DATA FOR ANALYSIS Start Marker

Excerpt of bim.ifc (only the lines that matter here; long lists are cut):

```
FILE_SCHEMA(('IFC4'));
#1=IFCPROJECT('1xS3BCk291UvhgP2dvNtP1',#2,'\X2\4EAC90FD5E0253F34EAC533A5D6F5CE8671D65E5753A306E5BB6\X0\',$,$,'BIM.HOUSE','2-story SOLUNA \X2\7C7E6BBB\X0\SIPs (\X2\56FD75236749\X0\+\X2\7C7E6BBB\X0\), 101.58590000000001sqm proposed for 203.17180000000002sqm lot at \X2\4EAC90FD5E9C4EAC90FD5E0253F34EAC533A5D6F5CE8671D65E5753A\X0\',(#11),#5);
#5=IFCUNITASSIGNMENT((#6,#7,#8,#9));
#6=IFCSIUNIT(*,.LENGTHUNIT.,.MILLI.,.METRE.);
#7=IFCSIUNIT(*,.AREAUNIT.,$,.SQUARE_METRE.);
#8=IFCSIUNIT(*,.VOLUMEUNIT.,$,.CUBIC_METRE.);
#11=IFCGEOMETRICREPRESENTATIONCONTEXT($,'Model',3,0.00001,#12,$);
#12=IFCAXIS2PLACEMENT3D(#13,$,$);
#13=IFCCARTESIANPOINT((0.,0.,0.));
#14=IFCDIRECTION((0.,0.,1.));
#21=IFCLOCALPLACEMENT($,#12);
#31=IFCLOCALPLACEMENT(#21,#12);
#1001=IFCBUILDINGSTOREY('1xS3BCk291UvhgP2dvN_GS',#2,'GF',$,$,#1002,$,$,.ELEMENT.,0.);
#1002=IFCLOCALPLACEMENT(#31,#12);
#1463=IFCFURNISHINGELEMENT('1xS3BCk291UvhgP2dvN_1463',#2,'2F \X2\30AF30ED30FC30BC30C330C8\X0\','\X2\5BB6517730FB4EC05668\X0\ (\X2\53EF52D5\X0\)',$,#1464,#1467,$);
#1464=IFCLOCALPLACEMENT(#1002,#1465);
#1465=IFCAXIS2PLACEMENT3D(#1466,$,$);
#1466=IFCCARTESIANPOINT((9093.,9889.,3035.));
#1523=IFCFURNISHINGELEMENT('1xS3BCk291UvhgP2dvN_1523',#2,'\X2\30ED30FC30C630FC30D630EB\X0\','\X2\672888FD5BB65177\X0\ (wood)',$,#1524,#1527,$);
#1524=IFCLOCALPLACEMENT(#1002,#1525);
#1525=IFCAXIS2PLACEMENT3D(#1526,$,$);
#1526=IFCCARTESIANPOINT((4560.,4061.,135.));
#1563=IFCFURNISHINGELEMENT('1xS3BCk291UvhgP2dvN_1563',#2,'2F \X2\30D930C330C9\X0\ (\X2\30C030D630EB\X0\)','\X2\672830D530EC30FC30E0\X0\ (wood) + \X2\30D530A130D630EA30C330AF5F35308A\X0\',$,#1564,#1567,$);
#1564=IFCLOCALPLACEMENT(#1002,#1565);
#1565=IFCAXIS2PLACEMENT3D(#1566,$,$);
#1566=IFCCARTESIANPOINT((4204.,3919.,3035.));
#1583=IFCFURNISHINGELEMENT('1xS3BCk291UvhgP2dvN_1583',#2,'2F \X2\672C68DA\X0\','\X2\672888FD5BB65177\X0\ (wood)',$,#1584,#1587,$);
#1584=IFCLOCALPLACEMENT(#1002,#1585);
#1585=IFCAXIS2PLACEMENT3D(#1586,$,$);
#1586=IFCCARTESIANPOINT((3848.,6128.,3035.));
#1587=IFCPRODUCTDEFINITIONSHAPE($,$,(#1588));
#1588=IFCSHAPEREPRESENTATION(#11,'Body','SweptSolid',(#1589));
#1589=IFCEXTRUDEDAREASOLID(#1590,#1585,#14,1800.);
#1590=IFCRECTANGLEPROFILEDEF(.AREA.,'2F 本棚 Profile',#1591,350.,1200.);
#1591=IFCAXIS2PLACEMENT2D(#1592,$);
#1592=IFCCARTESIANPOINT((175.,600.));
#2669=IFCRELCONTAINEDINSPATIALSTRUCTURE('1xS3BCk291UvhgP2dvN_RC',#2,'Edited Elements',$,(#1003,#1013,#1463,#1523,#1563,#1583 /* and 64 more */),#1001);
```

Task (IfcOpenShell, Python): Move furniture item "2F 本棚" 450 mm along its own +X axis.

```python
import ifcopenshell
import ifcopenshell.api.geometry
import ifcopenshell.util.placement

model = ifcopenshell.open("bim.ifc")

item = model.by_guid("1xS3BCk291UvhgP2dvN_1583")
matrix = ifcopenshell.util.placement.get_local_placement(item.ObjectPlacement)
matrix[:3, 3] += matrix[:3, 0] * 450.0
ifcopenshell.api.geometry.edit_object_placement(model, product=item, matrix=matrix, is_si=False)

print(ifcopenshell.util.placement.get_local_placement(item.ObjectPlacement).round(3) + 0.0)

model.write("bim_rev.ifc")
```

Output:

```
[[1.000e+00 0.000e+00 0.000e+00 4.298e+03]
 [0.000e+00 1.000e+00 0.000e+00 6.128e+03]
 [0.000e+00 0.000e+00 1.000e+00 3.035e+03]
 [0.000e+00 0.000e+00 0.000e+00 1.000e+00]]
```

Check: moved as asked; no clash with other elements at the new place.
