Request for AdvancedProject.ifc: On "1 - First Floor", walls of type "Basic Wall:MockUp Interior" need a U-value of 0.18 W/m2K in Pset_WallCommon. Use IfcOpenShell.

First a look at what the model holds.

```python
import ifcopenshell
import ifcopenshell.util.element

model = ifcopenshell.open("AdvancedProject.ifc")
print(model.schema)
storey = next(s for s in model.by_type("IfcBuildingStorey") if s.Name == "1 - First Floor")
walls = [e for e in ifcopenshell.util.element.get_decomposition(storey) if e.is_a("IfcWall")]
seen = {}
for e in walls:
    element_type = ifcopenshell.util.element.get_type(e)
    key = (element_type.Name if element_type != e and element_type else None, ifcopenshell.util.element.get_pset(e, "Pset_WallCommon", "ThermalTransmittance"))
    seen[key] = seen.get(key, 0) + 1
for (name, value), count in sorted(seen.items(), key=str):
    print(count, "x", name, "|", value)
```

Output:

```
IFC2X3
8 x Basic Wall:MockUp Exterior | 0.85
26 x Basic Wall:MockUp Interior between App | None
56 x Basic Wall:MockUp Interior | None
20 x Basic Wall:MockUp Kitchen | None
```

```python
import ifcopenshell
import ifcopenshell.api.pset
import ifcopenshell.util.element

model = ifcopenshell.open("AdvancedProject.ifc")

storey = next(s for s in model.by_type("IfcBuildingStorey") if s.Name == "1 - First Floor")
walls = [e for e in ifcopenshell.util.element.get_decomposition(storey) if e.is_a("IfcWall")]

count = 0
for e in walls:
    element_type = ifcopenshell.util.element.get_type(e)
    if element_type in (None, e) or element_type.Name != "Basic Wall:MockUp Interior":
        continue
    # add_pset returns the element's existing set when there is one.
    pset = ifcopenshell.api.pset.add_pset(model, product=e, name="Pset_WallCommon")
    ifcopenshell.api.pset.edit_pset(model, pset=pset, properties={"ThermalTransmittance": 0.18})
    count += 1

print(count, "walls updated")

model.write("AdvancedProject_updated.ifc")
```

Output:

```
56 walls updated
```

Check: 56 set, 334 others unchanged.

DATA FOR ANALYSIS End Marker

### TASK BRIEF
What is wanted is the number of lines holding "Check" in the entries. Nothing else should be given.

### RESULT OF THE EXERCISE
2